The concurrent architecture uses a worker pool pattern where connection states are tracked in memory maps. Each worker goroutine processes captured packets, updates state machines for ongoing probes, and emits results when fingerprinting completes or timeouts occur:
// Simplified conceptual structure (not actual LZR code)
type Connection struct {
RemoteIP net.IP
RemotePort uint16
State string
Probes []ProbeResult
Timeout time.Time
}
func worker(packets <-chan Packet, results chan<- Result) {
connections := make(map[string]*Connection)
for pkt := range packets {
key := connectionKey(pkt)
conn := connections[key]
// Update state based on response
fingerprint := analyzeResponse(conn, pkt)

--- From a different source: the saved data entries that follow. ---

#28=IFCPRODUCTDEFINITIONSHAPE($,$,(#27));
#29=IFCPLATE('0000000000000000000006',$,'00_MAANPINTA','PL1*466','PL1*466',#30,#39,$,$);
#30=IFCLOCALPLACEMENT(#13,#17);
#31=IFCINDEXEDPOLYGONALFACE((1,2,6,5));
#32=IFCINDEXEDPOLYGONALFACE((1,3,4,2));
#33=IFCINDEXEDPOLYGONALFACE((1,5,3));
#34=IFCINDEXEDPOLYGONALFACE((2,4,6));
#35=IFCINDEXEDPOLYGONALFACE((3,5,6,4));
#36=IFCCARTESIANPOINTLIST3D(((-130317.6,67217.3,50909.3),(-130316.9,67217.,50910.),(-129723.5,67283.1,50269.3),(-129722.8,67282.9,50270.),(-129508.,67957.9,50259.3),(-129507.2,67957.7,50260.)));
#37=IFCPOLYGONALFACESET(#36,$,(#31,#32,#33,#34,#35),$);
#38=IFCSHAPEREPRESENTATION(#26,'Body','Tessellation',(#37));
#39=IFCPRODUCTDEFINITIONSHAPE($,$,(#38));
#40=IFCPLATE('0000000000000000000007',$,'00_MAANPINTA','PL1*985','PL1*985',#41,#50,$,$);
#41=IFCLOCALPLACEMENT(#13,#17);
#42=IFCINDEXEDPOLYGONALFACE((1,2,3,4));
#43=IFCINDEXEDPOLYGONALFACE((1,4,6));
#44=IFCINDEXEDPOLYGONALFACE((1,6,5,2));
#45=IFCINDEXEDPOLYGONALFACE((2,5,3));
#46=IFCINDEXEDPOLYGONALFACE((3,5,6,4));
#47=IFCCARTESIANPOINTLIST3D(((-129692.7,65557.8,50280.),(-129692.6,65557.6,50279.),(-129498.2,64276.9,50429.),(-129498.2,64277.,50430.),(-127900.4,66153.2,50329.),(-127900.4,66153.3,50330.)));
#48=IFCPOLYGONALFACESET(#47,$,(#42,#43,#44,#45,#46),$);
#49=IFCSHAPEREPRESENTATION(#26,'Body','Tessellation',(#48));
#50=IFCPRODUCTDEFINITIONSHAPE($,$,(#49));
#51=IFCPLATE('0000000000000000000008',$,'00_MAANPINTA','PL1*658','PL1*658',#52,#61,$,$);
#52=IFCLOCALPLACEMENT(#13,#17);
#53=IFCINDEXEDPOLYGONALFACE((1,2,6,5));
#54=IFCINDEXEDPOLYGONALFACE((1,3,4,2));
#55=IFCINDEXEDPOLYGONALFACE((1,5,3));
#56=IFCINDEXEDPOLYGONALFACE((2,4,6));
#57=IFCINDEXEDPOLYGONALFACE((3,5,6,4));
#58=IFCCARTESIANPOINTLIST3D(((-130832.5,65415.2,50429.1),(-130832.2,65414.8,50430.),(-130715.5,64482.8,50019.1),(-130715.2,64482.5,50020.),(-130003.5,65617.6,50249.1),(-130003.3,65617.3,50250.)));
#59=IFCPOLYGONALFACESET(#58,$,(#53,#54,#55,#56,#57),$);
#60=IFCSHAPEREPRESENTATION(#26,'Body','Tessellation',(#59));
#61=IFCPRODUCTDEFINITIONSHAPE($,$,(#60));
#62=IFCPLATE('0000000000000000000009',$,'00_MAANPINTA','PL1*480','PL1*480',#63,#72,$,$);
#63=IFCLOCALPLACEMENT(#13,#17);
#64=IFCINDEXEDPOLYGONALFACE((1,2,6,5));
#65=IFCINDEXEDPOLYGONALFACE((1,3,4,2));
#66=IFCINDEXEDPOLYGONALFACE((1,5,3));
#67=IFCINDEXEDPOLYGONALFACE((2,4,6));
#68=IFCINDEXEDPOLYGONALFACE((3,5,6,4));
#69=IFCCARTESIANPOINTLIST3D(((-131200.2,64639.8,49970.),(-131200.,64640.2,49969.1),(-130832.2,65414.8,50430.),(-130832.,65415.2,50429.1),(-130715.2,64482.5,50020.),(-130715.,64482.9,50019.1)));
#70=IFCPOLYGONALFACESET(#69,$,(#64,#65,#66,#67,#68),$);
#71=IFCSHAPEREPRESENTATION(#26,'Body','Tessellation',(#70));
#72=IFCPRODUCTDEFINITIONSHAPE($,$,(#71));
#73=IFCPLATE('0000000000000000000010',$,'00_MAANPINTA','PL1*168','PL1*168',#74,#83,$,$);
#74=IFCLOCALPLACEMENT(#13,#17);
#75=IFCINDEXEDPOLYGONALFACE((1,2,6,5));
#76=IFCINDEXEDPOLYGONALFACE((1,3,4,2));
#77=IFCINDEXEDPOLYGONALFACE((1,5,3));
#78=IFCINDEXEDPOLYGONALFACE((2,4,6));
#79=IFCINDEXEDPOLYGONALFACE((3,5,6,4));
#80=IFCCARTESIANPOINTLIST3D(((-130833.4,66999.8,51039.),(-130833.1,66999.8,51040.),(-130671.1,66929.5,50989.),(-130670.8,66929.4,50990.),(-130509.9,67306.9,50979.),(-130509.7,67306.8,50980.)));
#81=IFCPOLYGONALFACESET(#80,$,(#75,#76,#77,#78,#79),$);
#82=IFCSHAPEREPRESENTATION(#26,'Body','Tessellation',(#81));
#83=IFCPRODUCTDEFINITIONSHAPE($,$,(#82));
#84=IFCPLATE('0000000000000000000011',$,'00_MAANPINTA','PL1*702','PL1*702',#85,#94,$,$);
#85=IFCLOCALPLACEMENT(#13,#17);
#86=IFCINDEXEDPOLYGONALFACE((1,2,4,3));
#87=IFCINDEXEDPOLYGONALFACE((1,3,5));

if fingerprint.Confident || time.Now().After(conn.Timeout) {
results <- Result{IP: conn.RemoteIP, Protocol: fingerprint}
delete(connections, key)
}
}
}
LZR also supports standalone mode where it reads IP:port pairs and initiates its own SYN packets, making it independent of ZMap for certain use cases. This mode includes built-in rate limiting and IPv6 support, though it sacrifices some of ZMap's extreme speed optimizations. The output is JSON-structured, containing not just protocol identification but also response snippets, timing data, and confidence scores that downstream analysis can leverage.
Gotcha
LZR's setup requirements are genuinely complex and can frustrate even experienced users. The iptables kernel bypass isn't a simple configuration option—it's a fundamental architectural requirement that means LZR must run with root privileges and can interfere with other network operations on the same machine. If you're running other services on your scanning host, you risk breaking them when you DROP all outgoing RSTs globally. The documentation recommends dedicated scanning infrastructure with careful source IP and gateway configuration, which makes casual experimentation difficult. Getting the gateway MAC address wrong results in silent failures where packets are crafted but never leave the host properly.

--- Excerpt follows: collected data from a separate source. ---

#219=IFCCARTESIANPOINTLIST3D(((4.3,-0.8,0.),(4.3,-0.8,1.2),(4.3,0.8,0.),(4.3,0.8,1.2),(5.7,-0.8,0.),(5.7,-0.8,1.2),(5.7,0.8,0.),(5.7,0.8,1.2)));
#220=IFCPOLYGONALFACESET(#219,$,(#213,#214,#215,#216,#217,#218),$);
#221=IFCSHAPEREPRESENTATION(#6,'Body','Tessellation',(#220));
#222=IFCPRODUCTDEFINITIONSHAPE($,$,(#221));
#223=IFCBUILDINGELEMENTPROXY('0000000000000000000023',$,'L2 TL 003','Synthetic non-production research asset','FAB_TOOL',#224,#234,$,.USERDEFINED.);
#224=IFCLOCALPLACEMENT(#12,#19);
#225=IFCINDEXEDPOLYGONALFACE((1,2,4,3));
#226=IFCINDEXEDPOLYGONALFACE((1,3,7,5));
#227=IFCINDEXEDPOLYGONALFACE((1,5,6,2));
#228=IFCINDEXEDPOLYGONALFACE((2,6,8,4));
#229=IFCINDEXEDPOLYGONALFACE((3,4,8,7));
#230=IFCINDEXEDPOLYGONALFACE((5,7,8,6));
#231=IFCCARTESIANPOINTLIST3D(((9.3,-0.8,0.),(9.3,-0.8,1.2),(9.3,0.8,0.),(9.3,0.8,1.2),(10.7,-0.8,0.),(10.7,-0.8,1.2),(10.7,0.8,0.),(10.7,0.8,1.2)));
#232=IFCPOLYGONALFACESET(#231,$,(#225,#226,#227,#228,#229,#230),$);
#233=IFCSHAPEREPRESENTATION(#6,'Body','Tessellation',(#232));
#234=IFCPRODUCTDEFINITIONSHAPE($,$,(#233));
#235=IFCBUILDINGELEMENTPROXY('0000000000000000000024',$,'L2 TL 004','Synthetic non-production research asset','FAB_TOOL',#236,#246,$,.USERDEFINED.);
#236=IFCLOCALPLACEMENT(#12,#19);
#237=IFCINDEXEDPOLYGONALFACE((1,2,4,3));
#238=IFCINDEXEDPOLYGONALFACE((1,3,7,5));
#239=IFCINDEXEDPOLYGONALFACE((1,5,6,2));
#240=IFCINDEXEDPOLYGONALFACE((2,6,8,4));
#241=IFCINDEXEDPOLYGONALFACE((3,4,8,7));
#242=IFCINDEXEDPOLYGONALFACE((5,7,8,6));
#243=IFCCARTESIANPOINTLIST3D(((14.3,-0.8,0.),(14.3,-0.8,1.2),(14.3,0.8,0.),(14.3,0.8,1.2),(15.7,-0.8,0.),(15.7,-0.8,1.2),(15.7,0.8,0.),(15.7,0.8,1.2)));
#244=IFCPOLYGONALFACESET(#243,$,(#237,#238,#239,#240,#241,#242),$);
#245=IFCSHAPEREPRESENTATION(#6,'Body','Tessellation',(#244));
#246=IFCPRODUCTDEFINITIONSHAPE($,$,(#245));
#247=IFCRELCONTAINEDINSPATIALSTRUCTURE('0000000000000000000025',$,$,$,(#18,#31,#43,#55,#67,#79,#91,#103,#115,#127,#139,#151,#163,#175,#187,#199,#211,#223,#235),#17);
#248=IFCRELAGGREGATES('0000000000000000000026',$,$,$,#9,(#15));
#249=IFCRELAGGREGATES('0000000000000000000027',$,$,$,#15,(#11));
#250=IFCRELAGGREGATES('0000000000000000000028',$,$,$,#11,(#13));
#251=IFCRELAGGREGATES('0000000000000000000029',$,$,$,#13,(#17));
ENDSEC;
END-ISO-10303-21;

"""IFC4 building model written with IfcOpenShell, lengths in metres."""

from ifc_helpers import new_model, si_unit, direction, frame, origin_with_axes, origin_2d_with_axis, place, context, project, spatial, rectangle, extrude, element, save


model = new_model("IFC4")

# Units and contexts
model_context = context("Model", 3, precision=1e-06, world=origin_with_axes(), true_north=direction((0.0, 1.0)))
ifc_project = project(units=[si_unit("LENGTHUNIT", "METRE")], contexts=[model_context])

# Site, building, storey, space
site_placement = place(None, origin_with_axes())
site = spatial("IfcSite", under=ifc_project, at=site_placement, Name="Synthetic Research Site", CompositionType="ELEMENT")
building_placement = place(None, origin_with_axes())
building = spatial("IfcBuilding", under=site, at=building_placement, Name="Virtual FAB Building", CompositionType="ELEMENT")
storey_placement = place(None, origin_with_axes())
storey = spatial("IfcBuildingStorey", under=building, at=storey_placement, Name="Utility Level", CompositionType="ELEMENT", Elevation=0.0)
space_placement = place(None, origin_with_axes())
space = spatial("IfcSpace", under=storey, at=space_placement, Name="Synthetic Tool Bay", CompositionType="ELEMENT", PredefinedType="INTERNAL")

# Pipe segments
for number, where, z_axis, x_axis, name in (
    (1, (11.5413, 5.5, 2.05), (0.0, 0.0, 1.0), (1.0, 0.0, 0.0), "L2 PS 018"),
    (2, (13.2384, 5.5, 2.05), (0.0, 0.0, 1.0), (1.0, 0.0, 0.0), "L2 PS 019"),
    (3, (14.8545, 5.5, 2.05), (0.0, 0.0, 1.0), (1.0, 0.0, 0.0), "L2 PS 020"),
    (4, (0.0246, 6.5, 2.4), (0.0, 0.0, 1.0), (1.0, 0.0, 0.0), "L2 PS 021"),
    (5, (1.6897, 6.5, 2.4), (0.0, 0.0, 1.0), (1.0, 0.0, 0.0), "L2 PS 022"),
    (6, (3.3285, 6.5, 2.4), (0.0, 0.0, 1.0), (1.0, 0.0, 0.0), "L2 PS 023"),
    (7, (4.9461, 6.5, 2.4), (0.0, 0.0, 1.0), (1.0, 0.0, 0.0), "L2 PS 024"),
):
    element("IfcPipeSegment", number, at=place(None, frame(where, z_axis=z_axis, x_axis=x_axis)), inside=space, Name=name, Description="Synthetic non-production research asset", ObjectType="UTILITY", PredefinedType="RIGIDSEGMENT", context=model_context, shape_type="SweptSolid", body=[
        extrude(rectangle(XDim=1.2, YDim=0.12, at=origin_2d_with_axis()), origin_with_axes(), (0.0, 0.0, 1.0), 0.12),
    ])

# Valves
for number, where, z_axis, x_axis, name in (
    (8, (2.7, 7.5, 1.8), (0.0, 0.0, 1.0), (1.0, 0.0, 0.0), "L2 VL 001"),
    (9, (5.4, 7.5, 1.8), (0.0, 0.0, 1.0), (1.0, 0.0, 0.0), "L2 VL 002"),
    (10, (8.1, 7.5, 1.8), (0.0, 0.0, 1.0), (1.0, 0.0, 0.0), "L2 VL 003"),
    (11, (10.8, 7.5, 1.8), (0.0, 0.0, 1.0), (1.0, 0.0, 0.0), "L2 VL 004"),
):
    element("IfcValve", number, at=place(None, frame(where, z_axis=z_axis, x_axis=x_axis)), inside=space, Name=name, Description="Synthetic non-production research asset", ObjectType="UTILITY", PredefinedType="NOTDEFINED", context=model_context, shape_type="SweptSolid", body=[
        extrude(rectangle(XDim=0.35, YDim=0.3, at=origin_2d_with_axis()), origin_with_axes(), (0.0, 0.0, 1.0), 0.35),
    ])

The ZMap dependency, while powerful, creates integration friction. You can't simply point LZR at a target like you would with nmap—you need to understand ZMap's output format, coordinate timing between the tools, and handle the stateful coordination between connection establishment and probing. The race condition caveat in HyperACKtive filtering is particularly tricky: if a legitimate service responds slowly while a firewall responds quickly, LZR might misclassify the connection. The timeout values are critical tuning parameters, and there's no universal setting that works across all network conditions. For researchers scanning from academic networks with good connectivity, the defaults work; for scans from cloud providers with variable latency, you'll need experimentation and possibly custom timeout profiles.
Verdict
Use if: You're conducting internet-wide security research where bandwidth efficiency and scan speed are critical, you need to identify services on non-standard ports across millions of hosts, you have the infrastructure to dedicate scanning machines with proper kernel configuration, and you're already comfortable with the ZMap/ZGrab ecosystem. LZR excels in academic research contexts, large-scale security audits across entire autonomous systems, or when building network census datasets where precise protocol identification at scale justifies the setup complexity. Skip if: You're doing penetration testing on individual networks or small target sets where nmap's comprehensive features and ease of use outweigh speed concerns, you need a tool that works out-of-the-box without kernel modifications and root access, or you want standalone operation without coordinating multiple specialized tools. For most security practitioners doing routine assessments, the operational overhead isn't justified—LZR is a research instrument, not a daily-use scanner.